From the listing below, copy every line with the word "IFCLOCALPLACEMENT".

RECORDS FOR THE EXERCISE:
[Start of section]
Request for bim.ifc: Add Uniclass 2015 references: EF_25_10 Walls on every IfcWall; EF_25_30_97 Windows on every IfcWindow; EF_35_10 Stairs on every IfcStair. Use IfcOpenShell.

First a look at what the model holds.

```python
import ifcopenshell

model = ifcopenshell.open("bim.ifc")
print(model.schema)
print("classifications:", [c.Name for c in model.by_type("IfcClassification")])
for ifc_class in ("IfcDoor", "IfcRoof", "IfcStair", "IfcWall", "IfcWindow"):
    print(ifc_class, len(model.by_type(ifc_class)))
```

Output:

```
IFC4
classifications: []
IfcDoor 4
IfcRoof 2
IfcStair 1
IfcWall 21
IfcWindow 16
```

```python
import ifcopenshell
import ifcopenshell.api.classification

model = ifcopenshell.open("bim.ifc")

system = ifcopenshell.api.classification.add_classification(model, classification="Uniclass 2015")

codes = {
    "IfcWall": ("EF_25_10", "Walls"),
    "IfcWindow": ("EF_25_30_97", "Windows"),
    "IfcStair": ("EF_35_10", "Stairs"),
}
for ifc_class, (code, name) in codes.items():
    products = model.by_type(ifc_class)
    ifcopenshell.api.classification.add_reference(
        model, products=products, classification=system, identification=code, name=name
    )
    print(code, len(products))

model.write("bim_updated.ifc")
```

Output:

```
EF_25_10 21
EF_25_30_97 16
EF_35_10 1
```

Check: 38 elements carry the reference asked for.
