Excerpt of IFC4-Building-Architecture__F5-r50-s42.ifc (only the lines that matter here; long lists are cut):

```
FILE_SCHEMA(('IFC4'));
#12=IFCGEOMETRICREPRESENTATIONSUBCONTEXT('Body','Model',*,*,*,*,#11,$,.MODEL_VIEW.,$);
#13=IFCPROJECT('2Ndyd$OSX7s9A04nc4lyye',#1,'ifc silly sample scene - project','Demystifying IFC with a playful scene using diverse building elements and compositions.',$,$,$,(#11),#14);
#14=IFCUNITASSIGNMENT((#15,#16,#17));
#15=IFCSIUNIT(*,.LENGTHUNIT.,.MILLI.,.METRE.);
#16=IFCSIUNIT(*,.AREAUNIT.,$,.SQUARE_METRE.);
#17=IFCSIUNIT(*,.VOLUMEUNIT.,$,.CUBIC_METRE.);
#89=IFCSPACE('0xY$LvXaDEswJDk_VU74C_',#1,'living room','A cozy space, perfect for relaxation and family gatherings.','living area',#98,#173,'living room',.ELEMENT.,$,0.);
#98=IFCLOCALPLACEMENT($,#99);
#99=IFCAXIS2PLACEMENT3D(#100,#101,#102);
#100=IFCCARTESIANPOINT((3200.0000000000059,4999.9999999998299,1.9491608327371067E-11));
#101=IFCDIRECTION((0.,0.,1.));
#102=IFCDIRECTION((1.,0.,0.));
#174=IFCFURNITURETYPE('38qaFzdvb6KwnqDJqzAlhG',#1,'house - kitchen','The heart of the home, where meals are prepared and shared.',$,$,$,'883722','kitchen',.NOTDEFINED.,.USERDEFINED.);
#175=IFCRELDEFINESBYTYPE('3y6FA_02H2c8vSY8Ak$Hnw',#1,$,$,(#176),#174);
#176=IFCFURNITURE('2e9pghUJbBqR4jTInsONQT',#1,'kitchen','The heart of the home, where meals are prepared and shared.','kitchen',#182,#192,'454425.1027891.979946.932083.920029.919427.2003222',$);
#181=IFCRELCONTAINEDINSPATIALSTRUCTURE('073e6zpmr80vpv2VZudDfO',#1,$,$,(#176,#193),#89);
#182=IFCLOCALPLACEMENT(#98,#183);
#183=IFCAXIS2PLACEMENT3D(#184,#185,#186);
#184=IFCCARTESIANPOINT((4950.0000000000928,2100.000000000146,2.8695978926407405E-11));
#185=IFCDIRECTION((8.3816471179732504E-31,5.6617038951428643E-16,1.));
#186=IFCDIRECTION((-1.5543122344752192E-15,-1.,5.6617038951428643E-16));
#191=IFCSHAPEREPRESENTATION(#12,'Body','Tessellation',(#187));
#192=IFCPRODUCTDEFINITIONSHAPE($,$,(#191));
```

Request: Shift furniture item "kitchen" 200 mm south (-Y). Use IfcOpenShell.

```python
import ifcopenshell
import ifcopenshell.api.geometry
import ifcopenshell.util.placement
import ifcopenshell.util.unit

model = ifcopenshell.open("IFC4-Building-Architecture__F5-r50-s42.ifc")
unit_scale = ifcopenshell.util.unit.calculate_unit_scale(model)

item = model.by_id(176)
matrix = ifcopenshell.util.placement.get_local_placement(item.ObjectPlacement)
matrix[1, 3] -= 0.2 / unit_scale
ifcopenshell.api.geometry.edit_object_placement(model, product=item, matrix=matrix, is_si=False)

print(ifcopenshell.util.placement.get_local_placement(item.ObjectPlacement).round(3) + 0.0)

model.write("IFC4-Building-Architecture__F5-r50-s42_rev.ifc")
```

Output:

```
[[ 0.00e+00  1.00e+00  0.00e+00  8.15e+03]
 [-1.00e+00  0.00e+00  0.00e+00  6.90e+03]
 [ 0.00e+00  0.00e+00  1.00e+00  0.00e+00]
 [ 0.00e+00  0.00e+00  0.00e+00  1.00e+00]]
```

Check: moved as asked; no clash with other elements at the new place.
[End of section]
ANSWER BELOW:
#98=IFCLOCALPLACEMENT($,#99);
#182=IFCLOCALPLACEMENT(#98,#183);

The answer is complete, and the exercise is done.